Somewhere below are a line with "#43=IFCINDEXEDPOLYGONALFACE((1,13,14,4,3,10,9,2));" and a later line with "#50=IFCINDEXEDPOLYGONALFACE((13,15,16,14));". Output exactly those lines and all lines between them.

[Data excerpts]
*** Begin section ***
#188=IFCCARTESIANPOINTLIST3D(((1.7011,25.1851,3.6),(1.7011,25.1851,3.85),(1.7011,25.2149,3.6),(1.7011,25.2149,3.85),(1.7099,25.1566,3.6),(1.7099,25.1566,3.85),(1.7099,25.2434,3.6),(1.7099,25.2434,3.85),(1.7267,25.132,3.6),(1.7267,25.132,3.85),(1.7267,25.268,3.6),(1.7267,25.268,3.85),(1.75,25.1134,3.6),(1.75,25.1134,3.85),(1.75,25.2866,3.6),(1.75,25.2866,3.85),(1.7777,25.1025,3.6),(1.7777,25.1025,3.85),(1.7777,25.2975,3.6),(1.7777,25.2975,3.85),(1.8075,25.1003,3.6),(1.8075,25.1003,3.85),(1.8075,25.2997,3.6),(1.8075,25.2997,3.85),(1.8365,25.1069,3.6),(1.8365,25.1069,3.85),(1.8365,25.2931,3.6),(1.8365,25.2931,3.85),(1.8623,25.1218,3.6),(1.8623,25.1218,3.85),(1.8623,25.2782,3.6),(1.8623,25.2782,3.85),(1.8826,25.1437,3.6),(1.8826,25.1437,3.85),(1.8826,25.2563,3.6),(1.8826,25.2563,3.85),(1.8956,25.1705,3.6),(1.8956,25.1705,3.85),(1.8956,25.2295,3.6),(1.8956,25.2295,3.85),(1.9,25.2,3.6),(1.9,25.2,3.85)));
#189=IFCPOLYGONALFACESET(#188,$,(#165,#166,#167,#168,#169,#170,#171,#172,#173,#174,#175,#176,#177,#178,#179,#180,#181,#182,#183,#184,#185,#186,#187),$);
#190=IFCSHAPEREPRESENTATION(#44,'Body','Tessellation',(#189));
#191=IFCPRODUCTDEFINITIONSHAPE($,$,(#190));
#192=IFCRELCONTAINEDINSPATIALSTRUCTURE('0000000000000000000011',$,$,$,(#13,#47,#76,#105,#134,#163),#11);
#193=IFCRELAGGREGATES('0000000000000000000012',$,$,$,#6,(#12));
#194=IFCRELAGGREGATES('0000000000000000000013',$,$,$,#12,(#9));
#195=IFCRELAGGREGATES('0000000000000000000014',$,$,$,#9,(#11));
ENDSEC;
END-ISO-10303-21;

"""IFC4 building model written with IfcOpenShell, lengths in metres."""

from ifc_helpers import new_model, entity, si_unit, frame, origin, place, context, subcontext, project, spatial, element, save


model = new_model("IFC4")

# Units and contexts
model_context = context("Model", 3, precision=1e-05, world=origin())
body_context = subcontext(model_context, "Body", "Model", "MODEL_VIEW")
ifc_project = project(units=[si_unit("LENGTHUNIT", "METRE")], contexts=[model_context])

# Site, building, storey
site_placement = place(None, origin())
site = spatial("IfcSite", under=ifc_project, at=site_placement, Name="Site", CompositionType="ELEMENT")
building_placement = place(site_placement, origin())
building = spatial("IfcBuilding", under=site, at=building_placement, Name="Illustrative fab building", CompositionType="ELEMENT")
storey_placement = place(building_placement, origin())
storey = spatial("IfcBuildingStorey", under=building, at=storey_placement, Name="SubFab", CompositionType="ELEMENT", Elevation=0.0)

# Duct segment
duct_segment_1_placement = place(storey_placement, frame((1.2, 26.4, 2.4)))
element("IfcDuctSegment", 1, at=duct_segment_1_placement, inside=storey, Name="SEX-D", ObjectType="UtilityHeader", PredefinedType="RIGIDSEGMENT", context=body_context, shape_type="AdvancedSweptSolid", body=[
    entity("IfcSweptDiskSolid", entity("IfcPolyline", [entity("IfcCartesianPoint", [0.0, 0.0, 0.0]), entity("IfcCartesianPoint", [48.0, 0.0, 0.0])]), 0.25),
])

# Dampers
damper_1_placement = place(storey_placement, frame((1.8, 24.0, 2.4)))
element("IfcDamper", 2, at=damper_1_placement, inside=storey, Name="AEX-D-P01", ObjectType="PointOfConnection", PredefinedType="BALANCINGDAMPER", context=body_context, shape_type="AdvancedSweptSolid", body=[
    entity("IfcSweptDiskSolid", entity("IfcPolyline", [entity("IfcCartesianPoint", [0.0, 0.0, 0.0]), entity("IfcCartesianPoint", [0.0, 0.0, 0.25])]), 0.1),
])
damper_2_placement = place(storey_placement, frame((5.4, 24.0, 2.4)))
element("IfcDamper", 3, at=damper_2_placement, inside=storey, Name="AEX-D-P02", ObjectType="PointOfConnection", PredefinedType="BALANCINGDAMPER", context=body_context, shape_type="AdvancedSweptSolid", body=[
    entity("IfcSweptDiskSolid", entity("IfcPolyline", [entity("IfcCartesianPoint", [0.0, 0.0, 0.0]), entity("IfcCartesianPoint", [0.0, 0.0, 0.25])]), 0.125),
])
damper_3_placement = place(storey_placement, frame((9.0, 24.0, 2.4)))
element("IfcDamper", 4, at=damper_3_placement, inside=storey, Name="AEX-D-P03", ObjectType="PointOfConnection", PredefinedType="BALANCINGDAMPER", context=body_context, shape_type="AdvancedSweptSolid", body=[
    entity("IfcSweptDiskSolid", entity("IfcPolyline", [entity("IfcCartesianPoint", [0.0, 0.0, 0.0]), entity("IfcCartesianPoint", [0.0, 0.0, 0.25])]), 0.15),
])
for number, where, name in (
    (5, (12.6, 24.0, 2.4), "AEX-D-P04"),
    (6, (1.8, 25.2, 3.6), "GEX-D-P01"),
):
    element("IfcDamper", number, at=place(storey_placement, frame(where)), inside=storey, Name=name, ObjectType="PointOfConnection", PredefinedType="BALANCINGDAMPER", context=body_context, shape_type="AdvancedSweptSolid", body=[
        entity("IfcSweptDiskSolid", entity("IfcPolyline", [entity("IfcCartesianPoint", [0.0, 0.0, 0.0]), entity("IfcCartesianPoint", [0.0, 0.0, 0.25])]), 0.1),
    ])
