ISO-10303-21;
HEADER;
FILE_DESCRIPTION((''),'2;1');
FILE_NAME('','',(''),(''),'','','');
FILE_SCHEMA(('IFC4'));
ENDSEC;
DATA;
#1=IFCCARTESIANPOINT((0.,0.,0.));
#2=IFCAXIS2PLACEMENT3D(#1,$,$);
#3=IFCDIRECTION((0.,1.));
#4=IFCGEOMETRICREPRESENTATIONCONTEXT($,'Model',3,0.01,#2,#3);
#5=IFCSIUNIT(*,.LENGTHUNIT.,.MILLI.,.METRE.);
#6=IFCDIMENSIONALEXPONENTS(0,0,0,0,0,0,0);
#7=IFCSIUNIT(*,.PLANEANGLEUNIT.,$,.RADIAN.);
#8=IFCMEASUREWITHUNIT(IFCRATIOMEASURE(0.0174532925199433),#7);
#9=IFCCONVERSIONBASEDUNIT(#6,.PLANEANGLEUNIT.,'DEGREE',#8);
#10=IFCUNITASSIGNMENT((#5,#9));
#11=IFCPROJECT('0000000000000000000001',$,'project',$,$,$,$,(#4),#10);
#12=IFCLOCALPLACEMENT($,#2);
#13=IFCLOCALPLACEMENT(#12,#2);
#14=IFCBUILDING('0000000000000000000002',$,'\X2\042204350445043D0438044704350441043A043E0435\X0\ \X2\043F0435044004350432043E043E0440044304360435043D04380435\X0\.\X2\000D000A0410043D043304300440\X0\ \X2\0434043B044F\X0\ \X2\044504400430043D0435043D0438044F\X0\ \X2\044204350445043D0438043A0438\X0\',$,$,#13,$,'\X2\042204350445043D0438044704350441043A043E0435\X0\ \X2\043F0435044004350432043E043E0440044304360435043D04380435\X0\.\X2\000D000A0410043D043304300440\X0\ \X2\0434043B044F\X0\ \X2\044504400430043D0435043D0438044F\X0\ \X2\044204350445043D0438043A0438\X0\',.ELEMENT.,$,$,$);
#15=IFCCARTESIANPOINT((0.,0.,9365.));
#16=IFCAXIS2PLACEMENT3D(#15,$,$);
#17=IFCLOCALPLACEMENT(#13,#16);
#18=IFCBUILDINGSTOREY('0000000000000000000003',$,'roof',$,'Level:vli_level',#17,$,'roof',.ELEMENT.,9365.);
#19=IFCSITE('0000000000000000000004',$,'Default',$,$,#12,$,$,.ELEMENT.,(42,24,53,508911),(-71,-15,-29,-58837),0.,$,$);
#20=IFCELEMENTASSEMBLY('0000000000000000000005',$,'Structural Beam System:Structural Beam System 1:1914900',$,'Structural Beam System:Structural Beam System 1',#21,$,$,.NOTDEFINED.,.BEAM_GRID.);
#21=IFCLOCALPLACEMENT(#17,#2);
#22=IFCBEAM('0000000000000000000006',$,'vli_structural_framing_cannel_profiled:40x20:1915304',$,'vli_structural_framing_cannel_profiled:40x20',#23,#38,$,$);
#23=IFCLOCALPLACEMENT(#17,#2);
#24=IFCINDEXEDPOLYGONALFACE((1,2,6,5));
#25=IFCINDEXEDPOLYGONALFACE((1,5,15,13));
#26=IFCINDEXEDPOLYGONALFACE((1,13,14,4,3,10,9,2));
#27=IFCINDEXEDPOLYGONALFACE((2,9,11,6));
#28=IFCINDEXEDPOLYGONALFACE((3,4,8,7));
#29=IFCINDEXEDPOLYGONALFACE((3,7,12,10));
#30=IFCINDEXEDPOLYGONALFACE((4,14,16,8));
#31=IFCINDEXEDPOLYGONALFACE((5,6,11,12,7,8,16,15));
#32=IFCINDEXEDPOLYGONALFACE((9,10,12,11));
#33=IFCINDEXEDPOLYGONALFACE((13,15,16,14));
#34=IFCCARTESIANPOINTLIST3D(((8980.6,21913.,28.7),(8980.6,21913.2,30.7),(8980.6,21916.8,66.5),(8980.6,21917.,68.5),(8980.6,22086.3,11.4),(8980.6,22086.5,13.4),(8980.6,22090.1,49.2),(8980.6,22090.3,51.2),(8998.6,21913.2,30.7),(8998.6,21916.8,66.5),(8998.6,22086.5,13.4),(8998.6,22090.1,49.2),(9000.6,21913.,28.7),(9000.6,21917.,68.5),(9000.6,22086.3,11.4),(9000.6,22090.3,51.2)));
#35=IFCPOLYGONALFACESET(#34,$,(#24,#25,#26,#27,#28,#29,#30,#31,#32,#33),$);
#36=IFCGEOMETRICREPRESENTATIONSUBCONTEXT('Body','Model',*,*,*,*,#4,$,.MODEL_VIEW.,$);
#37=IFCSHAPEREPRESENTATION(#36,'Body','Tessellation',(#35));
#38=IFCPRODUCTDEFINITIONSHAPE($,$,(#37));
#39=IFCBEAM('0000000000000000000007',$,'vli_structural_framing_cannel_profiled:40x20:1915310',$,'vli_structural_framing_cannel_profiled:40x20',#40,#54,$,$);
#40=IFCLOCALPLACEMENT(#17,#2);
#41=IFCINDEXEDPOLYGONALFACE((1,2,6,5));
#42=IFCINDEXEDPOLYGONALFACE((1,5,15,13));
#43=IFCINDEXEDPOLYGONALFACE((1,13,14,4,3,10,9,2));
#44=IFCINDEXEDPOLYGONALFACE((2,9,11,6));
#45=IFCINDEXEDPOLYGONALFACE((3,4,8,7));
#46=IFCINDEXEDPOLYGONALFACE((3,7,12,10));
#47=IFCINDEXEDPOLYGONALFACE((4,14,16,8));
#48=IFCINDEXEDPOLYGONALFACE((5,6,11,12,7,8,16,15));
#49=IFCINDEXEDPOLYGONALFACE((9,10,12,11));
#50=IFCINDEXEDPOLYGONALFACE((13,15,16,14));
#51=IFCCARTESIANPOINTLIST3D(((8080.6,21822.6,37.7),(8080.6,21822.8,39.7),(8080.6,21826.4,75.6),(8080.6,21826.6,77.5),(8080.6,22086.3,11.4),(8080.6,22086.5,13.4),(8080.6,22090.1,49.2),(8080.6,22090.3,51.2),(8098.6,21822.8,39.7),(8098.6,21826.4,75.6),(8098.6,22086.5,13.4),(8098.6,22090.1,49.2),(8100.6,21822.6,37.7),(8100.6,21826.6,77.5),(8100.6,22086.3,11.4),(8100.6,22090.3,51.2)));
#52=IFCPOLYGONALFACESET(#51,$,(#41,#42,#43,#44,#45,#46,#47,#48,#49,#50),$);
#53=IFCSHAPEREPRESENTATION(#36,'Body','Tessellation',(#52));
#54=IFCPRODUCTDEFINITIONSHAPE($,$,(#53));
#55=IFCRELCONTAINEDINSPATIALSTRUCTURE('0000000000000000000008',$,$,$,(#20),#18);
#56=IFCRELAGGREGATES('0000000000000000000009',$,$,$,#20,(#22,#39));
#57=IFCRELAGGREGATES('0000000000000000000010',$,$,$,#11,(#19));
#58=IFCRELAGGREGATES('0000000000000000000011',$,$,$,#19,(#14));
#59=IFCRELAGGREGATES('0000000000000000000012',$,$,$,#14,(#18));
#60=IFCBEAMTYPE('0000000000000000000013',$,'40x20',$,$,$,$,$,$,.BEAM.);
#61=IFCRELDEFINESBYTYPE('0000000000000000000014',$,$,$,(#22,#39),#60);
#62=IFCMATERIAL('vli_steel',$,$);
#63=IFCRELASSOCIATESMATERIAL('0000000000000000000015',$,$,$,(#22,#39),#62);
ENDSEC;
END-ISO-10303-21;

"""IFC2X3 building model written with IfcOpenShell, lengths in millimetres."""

from ifc_helpers import new_model, entity, si_unit, converted_unit, direction, frame, origin, place, context, subcontext, project, spatial, polyline, outline, extrude, material, type_object, element, aggregate, save


model = new_model("IFC2X3")

# Units and contexts
model_context = context("Model", 3, precision=0.01, world=origin(), true_north=direction((0.0, 1.0)))
body_context = subcontext(model_context, "Body", "Model", "MODEL_VIEW")
ifc_project = project(units=[si_unit("LENGTHUNIT", "METRE", prefix="MILLI"), converted_unit("PLANEANGLEUNIT", "DEGREE", entity("IfcRatioMeasure", 0.0174532925199433), si_unit("PLANEANGLEUNIT", "RADIAN"), dimensions=[0, 0, 0, 0, 0, 0, 0])], contexts=[model_context])

# Site, building, storey
site_placement = place(None, origin())
site = spatial("IfcSite", under=ifc_project, at=site_placement, Name="Default", CompositionType="ELEMENT", RefLatitude=(42, 24, 53, 508911), RefLongitude=(-71, -15, -29, -58837), RefElevation=0.0)
building_placement = place(site_placement, origin())
building = spatial("IfcBuilding", under=site, at=building_placement, Name="Техническое перевооружение.\r\nАнгар для хранения техники", LongName="Техническое перевооружение.\r\nАнгар для хранения техники", CompositionType="ELEMENT")
storey_placement = place(building_placement, frame((0.0, 0.0, 9365.0)))
storey = spatial("IfcBuildingStorey", under=building, at=storey_placement, Name="roof", ObjectType="Level:vli_level", LongName="roof", CompositionType="ELEMENT", Elevation=9365.0)

# Shared definitions
ifc_material = material(Name="vli_steel")

# Element assembly, beams
assembly_placement = place(storey_placement, origin())
assembly = element("IfcElementAssembly", 1, at=assembly_placement, inside=storey, Name="Structural Beam System:Structural Beam System 1:1914900", ObjectType="Structural Beam System:Structural Beam System 1", AssemblyPlace="NOTDEFINED", PredefinedType="BEAM_GRID")
beam_type = type_object("IfcBeamType", Name="40x20", PredefinedType="BEAM")
beam_1_placement = place(assembly_placement, frame((9000.0, 22090.8, 10.9), z_axis=(0.0, 0.099504, 0.995037), x_axis=(0.0, -0.995037, 0.099504)))
beam_1 = element("IfcBeam", 2, at=beam_1_placement, type_object=beam_type, material=ifc_material, Name="vli_structural_framing_cannel_profiled:40x20:1915304", ObjectType="vli_structural_framing_cannel_profiled:40x20", context=body_context, shape_type="SweptSolid", body=[
    extrude(outline(polyline([(-20.0, -9.5), (-18.0, -9.5), (-18.0, 8.5), (18.0, 8.5), (18.0, -9.5), (20.0, -9.5), (20.0, 10.5), (-20.0, 10.5), (-20.0, -9.5)])), frame((4.6, -9.9, 20.0), z_axis=(1.0, 0.0, 0.0), x_axis=(0.0, 0.0, -1.0)), (0.0, 0.0, 1.0), 174.1),
])
beam_2_placement = place(assembly_placement, frame((8100.0, 22090.8, 10.9), z_axis=(0.0, 0.099504, 0.995037), x_axis=(0.0, -0.995037, 0.099504)))
beam_2 = element("IfcBeam", 3, at=beam_2_placement, type_object=beam_type, material=ifc_material, Name="vli_structural_framing_cannel_profiled:40x20:1915310", ObjectType="vli_structural_framing_cannel_profiled:40x20", context=body_context, shape_type="SweptSolid", body=[
    extrude(outline(polyline([(-20.0, -9.5), (-18.0, -9.5), (-18.0, 8.5), (18.0, 8.5), (18.0, -9.5), (20.0, -9.5), (20.0, 10.5), (-20.0, 10.5), (-20.0, -9.5)])), frame((4.6, -9.9, 20.0), z_axis=(1.0, 0.0, 0.0), x_axis=(0.0, 0.0, -1.0)), (0.0, 0.0, 1.0), 265.0),
])
aggregate(assembly, [beam_1, beam_2])

save(model, "model.ifc")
*** End section ***
Solution below
#43=IFCINDEXEDPOLYGONALFACE((1,13,14,4,3,10,9,2));
#44=IFCINDEXEDPOLYGONALFACE((2,9,11,6));
#45=IFCINDEXEDPOLYGONALFACE((3,4,8,7));
#46=IFCINDEXEDPOLYGONALFACE((3,7,12,10));
#47=IFCINDEXEDPOLYGONALFACE((4,14,16,8));
#48=IFCINDEXEDPOLYGONALFACE((5,6,11,12,7,8,16,15));
#49=IFCINDEXEDPOLYGONALFACE((9,10,12,11));
#50=IFCINDEXEDPOLYGONALFACE((13,15,16,14));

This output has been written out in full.